From:Da Rock (free@herveybayaustralia.com.au)
Date:Feb 17, 2012 4:54:43 pm
List:org.freebsd.freebsd-questions

On 02/18/12 10:40, Chuck Swiger wrote:

On Feb 17, 2012, at 4:11 PM, Devin Teske wrote:

However, for whatever reasons, the overwhelming majority of folks using MacOS X don't have problems using a single root partition, and while they sometimes do fill up their disks, that's a situation which they should be able to recover
from without needing expert assistance. I don't recall having unusual issues in
running a partition out of space under FreeBSD, either, or difficulty fixing things afterwards--

Recipe for disaster:

1. You have a cron-job that pulls down /etc/master.passwd daily 2. Your cron-job also runs pwd_mkdb after "SUP"ing down /etc/master.passwd

Yes, I agree that this is a recipe for disaster; the reasons not very correlated
to disk space, however.

Even twenty years ago, handling this via YP/NIS or NetInfo would have made more
sense, and nowadays folks would be far more likely to use LDAP as the network
user database, instead of pushing system password database changes via SUP or
similar replication mechanism locally to individual hosts.

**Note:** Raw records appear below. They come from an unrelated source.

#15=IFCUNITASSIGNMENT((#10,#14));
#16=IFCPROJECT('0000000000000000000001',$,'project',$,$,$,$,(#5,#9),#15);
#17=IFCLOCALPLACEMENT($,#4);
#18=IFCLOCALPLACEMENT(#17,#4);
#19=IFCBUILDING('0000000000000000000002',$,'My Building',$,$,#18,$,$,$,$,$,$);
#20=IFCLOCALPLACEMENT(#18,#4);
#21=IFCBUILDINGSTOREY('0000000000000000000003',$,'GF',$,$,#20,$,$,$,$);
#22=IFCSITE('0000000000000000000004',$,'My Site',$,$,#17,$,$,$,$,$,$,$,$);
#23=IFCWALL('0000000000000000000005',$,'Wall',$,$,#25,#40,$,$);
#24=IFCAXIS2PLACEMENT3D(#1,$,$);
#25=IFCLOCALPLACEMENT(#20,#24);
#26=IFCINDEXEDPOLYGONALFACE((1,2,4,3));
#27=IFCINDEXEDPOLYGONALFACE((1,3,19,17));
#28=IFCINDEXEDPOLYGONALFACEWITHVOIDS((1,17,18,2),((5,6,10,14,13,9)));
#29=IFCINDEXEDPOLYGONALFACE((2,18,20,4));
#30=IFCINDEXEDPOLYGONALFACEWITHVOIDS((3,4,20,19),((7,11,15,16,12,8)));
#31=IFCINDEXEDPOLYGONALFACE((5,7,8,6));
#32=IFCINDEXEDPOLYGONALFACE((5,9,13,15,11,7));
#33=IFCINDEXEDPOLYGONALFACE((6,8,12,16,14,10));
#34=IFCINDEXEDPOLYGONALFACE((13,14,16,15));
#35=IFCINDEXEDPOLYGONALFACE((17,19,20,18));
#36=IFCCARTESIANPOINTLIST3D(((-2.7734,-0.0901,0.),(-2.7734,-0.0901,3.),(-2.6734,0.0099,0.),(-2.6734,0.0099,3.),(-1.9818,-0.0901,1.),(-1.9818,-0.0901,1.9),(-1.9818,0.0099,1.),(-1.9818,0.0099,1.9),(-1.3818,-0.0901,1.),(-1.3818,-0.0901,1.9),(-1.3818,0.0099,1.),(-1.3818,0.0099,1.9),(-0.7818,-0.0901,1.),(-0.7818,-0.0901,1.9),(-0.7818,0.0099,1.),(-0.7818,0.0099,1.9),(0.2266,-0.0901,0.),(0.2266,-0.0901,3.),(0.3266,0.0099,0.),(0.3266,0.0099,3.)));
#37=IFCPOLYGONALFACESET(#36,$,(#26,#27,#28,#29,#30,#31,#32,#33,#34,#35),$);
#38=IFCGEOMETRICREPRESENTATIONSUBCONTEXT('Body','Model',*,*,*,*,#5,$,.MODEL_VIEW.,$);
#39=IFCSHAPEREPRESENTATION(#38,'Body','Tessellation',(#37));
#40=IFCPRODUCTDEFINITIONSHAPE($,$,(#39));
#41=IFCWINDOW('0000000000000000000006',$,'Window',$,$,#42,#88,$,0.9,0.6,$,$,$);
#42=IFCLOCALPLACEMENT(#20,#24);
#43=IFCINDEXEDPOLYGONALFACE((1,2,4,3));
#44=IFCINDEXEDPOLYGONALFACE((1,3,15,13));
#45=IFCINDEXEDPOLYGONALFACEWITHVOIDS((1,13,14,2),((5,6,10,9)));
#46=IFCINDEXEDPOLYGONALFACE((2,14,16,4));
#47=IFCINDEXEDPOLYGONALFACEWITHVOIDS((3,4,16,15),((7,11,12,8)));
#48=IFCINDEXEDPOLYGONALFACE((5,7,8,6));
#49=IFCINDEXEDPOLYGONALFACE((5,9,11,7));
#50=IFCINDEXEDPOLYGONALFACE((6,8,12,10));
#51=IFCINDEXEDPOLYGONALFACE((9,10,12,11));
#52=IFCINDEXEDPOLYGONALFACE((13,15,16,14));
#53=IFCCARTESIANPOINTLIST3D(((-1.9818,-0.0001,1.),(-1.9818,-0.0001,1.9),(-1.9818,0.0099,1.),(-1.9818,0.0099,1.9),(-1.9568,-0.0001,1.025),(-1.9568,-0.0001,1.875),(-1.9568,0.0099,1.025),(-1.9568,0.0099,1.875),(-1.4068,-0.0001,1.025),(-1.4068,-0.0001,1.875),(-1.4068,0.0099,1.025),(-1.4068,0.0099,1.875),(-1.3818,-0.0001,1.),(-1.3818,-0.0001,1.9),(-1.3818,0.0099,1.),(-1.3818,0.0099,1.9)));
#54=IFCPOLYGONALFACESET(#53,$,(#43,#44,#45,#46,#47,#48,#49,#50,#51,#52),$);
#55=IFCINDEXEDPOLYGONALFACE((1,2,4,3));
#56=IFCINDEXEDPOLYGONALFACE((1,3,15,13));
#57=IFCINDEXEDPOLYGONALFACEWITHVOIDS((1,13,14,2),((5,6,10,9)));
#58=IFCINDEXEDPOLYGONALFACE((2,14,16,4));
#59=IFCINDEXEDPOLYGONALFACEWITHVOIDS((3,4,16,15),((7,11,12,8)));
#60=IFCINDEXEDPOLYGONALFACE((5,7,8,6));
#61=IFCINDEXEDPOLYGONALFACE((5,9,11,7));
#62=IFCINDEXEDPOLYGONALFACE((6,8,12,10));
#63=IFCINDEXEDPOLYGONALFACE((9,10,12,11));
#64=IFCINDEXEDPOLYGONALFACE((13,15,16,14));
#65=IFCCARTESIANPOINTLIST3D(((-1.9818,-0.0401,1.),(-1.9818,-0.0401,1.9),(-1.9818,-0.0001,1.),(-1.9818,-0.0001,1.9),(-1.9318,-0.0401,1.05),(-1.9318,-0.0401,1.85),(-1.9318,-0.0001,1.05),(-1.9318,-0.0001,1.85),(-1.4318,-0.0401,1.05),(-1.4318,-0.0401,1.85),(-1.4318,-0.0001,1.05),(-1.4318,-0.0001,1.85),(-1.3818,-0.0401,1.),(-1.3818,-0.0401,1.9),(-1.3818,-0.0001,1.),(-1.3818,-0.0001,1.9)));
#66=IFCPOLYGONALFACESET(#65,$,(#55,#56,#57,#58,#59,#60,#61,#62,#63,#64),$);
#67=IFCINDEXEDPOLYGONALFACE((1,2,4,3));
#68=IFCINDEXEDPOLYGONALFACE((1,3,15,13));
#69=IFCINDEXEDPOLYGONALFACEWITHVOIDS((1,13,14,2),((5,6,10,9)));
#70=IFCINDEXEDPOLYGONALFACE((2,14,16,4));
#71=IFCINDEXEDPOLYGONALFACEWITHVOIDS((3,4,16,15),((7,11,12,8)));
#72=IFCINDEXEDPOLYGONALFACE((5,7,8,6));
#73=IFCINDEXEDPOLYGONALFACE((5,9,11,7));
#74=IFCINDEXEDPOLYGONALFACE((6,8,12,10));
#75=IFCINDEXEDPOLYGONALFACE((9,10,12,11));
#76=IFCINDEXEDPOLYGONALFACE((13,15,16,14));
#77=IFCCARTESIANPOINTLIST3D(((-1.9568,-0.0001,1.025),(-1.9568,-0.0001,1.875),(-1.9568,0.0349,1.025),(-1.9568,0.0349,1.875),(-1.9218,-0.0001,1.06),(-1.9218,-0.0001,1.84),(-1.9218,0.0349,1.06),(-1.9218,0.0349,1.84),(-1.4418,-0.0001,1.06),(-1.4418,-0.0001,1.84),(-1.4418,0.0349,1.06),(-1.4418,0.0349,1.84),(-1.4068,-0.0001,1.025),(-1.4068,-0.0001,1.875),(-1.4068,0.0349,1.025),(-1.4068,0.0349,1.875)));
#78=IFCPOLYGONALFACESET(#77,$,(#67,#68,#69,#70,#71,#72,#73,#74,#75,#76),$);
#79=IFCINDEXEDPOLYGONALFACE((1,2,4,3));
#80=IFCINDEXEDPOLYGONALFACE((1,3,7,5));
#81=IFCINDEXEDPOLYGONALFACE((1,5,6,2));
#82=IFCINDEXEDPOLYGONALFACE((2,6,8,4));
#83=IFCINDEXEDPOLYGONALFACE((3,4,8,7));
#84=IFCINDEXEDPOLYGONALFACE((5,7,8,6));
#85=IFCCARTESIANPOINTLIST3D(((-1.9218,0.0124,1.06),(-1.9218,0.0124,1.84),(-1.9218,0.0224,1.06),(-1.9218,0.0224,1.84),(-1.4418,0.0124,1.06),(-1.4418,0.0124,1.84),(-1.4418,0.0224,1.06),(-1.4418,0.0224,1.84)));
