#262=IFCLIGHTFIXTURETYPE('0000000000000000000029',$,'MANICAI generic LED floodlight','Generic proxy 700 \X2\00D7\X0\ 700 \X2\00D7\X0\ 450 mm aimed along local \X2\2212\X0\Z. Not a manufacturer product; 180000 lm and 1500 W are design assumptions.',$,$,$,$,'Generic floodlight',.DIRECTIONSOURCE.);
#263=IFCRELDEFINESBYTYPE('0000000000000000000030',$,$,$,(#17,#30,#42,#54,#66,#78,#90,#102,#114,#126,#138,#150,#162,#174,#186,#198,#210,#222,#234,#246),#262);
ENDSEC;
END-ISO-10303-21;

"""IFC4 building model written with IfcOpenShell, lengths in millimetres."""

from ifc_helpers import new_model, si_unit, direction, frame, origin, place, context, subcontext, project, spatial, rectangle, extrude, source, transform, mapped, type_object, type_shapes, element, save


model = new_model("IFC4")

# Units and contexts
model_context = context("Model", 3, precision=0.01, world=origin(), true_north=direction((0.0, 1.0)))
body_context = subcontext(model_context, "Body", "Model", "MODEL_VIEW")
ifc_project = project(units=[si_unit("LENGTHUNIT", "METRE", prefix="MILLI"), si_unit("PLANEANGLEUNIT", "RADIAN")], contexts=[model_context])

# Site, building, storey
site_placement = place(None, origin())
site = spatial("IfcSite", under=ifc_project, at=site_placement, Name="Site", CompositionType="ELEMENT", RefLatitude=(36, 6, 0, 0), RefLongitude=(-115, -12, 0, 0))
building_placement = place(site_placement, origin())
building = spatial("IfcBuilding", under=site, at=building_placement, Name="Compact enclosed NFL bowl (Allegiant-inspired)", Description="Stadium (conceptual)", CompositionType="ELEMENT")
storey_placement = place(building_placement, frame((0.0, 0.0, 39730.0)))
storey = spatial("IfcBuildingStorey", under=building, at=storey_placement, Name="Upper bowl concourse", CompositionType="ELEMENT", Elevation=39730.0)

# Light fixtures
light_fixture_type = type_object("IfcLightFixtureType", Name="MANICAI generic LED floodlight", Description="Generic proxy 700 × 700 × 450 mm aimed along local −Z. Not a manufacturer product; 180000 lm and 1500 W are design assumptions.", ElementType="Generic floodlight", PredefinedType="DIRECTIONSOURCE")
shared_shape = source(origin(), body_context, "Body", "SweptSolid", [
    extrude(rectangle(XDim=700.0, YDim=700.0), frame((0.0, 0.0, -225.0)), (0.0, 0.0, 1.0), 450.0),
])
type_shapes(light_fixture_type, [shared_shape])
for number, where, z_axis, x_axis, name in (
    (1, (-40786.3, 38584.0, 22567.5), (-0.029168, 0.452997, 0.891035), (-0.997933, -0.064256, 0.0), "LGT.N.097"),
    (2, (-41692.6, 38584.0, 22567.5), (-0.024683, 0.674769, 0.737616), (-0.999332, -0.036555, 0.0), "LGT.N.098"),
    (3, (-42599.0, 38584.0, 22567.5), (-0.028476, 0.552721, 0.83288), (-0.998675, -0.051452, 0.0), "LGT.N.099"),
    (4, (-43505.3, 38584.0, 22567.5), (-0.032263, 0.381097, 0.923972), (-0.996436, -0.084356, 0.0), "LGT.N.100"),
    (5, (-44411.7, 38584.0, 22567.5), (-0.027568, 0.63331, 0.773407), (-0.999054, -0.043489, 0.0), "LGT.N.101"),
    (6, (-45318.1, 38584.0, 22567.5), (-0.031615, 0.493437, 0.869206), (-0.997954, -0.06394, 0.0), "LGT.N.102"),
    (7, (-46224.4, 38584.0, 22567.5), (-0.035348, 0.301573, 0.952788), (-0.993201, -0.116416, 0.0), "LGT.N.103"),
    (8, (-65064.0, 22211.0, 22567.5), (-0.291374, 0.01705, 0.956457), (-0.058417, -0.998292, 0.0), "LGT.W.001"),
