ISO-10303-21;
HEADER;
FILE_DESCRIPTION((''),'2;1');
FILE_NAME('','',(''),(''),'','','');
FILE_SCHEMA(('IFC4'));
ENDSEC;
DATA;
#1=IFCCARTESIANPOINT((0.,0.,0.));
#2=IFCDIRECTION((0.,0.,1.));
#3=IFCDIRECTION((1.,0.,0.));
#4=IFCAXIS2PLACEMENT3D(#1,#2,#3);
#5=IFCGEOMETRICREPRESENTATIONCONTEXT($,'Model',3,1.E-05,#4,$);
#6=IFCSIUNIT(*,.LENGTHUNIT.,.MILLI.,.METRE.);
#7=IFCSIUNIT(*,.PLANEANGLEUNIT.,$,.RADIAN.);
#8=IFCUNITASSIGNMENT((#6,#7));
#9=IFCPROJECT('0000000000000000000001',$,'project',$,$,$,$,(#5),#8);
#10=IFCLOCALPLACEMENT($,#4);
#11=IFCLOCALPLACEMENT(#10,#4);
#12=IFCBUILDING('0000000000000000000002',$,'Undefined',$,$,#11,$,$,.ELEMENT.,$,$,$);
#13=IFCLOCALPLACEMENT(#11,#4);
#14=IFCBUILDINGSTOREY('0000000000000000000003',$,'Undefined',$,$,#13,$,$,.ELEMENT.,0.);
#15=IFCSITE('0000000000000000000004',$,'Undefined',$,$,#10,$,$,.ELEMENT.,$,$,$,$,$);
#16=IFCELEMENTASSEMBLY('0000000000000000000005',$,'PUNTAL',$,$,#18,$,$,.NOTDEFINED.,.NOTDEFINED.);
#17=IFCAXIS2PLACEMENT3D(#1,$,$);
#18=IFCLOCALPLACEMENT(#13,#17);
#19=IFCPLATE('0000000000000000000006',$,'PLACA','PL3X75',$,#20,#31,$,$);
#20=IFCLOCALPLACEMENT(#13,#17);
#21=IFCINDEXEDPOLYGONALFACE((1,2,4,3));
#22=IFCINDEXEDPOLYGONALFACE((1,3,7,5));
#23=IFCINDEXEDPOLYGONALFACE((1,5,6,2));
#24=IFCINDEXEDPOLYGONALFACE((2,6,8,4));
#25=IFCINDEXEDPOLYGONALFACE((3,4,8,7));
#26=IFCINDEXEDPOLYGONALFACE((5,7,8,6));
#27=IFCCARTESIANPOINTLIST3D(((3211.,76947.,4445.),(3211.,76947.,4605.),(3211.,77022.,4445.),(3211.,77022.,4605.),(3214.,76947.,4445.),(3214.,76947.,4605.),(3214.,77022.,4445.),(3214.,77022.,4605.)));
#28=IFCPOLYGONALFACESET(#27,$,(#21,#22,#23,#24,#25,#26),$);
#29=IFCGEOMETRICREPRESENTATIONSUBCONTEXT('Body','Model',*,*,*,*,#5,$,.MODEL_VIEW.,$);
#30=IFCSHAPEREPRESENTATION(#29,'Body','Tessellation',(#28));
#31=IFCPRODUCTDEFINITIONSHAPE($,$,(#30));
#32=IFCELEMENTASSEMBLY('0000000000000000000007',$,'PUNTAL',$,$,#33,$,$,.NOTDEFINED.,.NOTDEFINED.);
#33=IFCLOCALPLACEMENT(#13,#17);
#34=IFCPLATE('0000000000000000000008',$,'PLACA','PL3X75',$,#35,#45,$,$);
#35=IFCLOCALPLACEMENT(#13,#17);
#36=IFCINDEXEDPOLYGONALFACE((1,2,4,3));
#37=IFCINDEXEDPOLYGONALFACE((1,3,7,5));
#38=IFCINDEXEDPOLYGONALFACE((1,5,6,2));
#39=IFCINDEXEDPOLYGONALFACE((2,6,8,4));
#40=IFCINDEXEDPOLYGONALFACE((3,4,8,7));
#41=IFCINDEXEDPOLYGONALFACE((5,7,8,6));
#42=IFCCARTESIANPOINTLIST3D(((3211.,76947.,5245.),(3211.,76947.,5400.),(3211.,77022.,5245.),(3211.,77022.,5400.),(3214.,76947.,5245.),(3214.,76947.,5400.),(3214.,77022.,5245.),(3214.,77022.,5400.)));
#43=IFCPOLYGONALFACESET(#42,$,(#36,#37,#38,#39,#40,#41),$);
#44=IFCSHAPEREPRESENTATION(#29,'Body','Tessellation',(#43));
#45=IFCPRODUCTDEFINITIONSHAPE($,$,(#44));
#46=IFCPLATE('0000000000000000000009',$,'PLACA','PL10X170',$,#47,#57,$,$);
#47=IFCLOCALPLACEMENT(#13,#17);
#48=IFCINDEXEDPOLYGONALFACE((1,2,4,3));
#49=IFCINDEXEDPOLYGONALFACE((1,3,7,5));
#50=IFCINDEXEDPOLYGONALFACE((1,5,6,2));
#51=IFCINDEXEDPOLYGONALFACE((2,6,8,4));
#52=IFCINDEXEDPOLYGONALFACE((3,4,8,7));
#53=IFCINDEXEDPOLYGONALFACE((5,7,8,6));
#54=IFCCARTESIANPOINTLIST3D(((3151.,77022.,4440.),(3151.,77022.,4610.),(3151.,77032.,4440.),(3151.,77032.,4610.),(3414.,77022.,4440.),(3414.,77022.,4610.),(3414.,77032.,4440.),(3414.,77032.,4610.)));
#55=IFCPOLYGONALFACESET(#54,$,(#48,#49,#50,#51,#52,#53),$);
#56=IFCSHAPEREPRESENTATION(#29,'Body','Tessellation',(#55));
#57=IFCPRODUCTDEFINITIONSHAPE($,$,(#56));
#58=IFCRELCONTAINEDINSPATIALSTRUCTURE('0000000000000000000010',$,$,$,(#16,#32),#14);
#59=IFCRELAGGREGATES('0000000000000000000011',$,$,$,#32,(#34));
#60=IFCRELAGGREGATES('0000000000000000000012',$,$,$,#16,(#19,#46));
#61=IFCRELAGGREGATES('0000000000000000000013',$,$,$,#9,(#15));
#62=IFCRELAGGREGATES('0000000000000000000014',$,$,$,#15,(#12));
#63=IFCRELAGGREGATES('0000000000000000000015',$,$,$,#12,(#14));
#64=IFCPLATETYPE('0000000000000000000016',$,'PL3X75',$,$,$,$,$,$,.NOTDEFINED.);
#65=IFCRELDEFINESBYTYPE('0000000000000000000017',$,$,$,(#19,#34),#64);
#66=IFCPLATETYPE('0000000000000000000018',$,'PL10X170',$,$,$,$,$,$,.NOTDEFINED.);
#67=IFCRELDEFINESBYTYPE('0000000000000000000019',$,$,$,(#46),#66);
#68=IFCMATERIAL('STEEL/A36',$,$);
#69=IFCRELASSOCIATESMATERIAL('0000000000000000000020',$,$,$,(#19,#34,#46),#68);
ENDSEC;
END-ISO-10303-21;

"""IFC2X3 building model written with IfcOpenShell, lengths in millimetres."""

from ifc_helpers import new_model, si_unit, frame, origin_with_axes, place, context, subcontext, project, spatial, polyline, outline, extrude, material, type_object, element, aggregate, save


model = new_model("IFC2X3")

# Units and contexts
model_context = context("Model", 3, precision=1e-05, world=origin_with_axes())
body_context = subcontext(model_context, "Body", "Model", "MODEL_VIEW")
ifc_project = project(units=[si_unit("LENGTHUNIT", "METRE", prefix="MILLI"), si_unit("PLANEANGLEUNIT", "RADIAN")], contexts=[model_context])

# Site, building, storey
site_placement = place(None, origin_with_axes())
site = spatial("IfcSite", under=ifc_project, at=site_placement, Name="Undefined", CompositionType="ELEMENT")
building_placement = place(site_placement, origin_with_axes())
building = spatial("IfcBuilding", under=site, at=building_placement, Name="Undefined", CompositionType="ELEMENT")
storey_placement = place(building_placement, origin_with_axes())
storey = spatial("IfcBuildingStorey", under=building, at=storey_placement, Name="Undefined", CompositionType="ELEMENT", Elevation=0.0)

# Shared definitions
ifc_material_1 = material(Name="STEEL/A36")

# Element assemblies, plates
assembly_1_placement = place(storey_placement, origin_with_axes())
assembly_1 = element("IfcElementAssembly", 1, at=assembly_1_placement, inside=storey, Name="PUNTAL", AssemblyPlace="NOTDEFINED", PredefinedType="NOTDEFINED")
plate_type_1 = type_object("IfcPlateType", Name="PL3X75", PredefinedType="NOTDEFINED")
plate_1_placement = place(assembly_1_placement, frame((3212.5, 77022.0, 4605.0), z_axis=(1.0, 0.0, 0.0), x_axis=(0.0, -1.0, 0.0)))
plate_1 = element("IfcPlate", 2, at=plate_1_placement, type_object=plate_type_1, material=ifc_material_1, Name="PLACA", Description="PL3X75", context=body_context, shape_type="SweptSolid", body=[
    extrude(outline(polyline([(0.0, 0.0), (75.0, 0.0), (75.0, 160.0), (0.0, 160.0), (0.0, 0.0)])), frame((0.0, 0.0, -1.5), z_axis=(0.0, 0.0, 1.0), x_axis=(1.0, 0.0, 0.0)), (0.0, 0.0, 1.0), 3.0),
])
assembly_2_placement = place(storey_placement, origin_with_axes())
assembly_2 = element("IfcElementAssembly", 3, at=assembly_2_placement, inside=storey, Name="PUNTAL", AssemblyPlace="NOTDEFINED", PredefinedType="NOTDEFINED")
plate_2_placement = place(assembly_2_placement, frame((3212.5, 76947.0, 5245.0), z_axis=(1.0, 0.0, 0.0), x_axis=(0.0, 1.0, 0.0)))
plate_2 = element("IfcPlate", 4, at=plate_2_placement, type_object=plate_type_1, material=ifc_material_1, Name="PLACA", Description="PL3X75", context=body_context, shape_type="SweptSolid", body=[
    extrude(outline(polyline([(0.0, 0.0), (75.0, 0.0), (75.0, 155.0), (0.0, 155.0), (0.0, 0.0)])), frame((0.0, 0.0, -1.5), z_axis=(0.0, 0.0, 1.0), x_axis=(1.0, 0.0, 0.0)), (0.0, 0.0, 1.0), 3.0),
])
aggregate(assembly_2, [plate_2])

# Plate
plate_type_2 = type_object("IfcPlateType", Name="PL10X170", PredefinedType="NOTDEFINED")
plate_3_placement = place(assembly_1_placement, frame((3151.0, 77027.0, 4525.0), z_axis=(0.0, -1.0, 0.0), x_axis=(1.0, 0.0, 0.0)))
plate_3 = element("IfcPlate", 5, at=plate_3_placement, type_object=plate_type_2, material=ifc_material_1, Name="PLACA", Description="PL10X170", context=body_context, shape_type="SweptSolid", body=[
    extrude(outline(polyline([(0.0, -85.0), (0.0, 85.0), (263.0, 85.0), (263.0, -85.0), (0.0, -85.0)])), frame((0.0, 0.0, -5.0), z_axis=(0.0, 0.0, 1.0), x_axis=(1.0, 0.0, 0.0)), (0.0, 0.0, 1.0), 10.0),
])
aggregate(assembly_1, [plate_1, plate_3])

save(model, "model.ifc")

3. A program fills "/" 4. cron fires 5. pwd_mkdb can't generate databases because not enough room on filesystem 6. System can no longer be logged into

#5 does not imply #6: if pwd_mkdb can't build a temporary version to
/etc/pwd.db.tmp& /etc/spwd.db.tmp, it will exit with an error rather than
invoke rename(2) to replace the working version of the password database with
something that might be broken.

To be very specific, I would expect one to get:

"/: write failed, filesystem is full pwd_mkdb: /etc/pwd.db to /etc/pwd.db.tmp: No space left on device"

7. System is rebooted 8. Can't log in (not even as root) 9. Go into single-user mode 10. No space to work in

Sure... you can call it an "edge-case," but it's pretty common and this is only one of a myriad of ways we can reproduce the problem of filling-up "/" to cause major headaches.

I've never heard of such a thing happening to a real FreeBSD system in the past
decade or more. The closest match to the issue results in a failure of
adduser(8) or pw(8) to add new users, but existing users continued to work fine.

These are edge cases that _do_ happen - Linux (heaven forbid!) is reknown for the all /, and I've been unable to boot properly into it with a full disk. I had to use a live disk to rescue it which took hours thanks to the $%^&! lvm filesystem.

Its just so easy to run a multi partition as opposed to an all /. And how much does it cost/hurt to do it (especially given the inordinately large hdd's these days)? Next to nix (pardon the pun :) ). The reduction in problems for new users should be an incentive as well.

As for how quickly a disk can fill - I'm an expert :) I can fill a terabyte disk in a matter of hours with video and not notice. The transfers can be tricky to coordinate seeing as the disk fills faster than I can move the large files to another filesystem.

And I haven't even mentioned some of the games that I'm sure a novice desktop user will use...

You don't have to necessarily 'hose' the system to render it unusable. Just have some obscure program or service that requires something like a temp file or the like to stop it from working, and make it difficult to find whats wrong.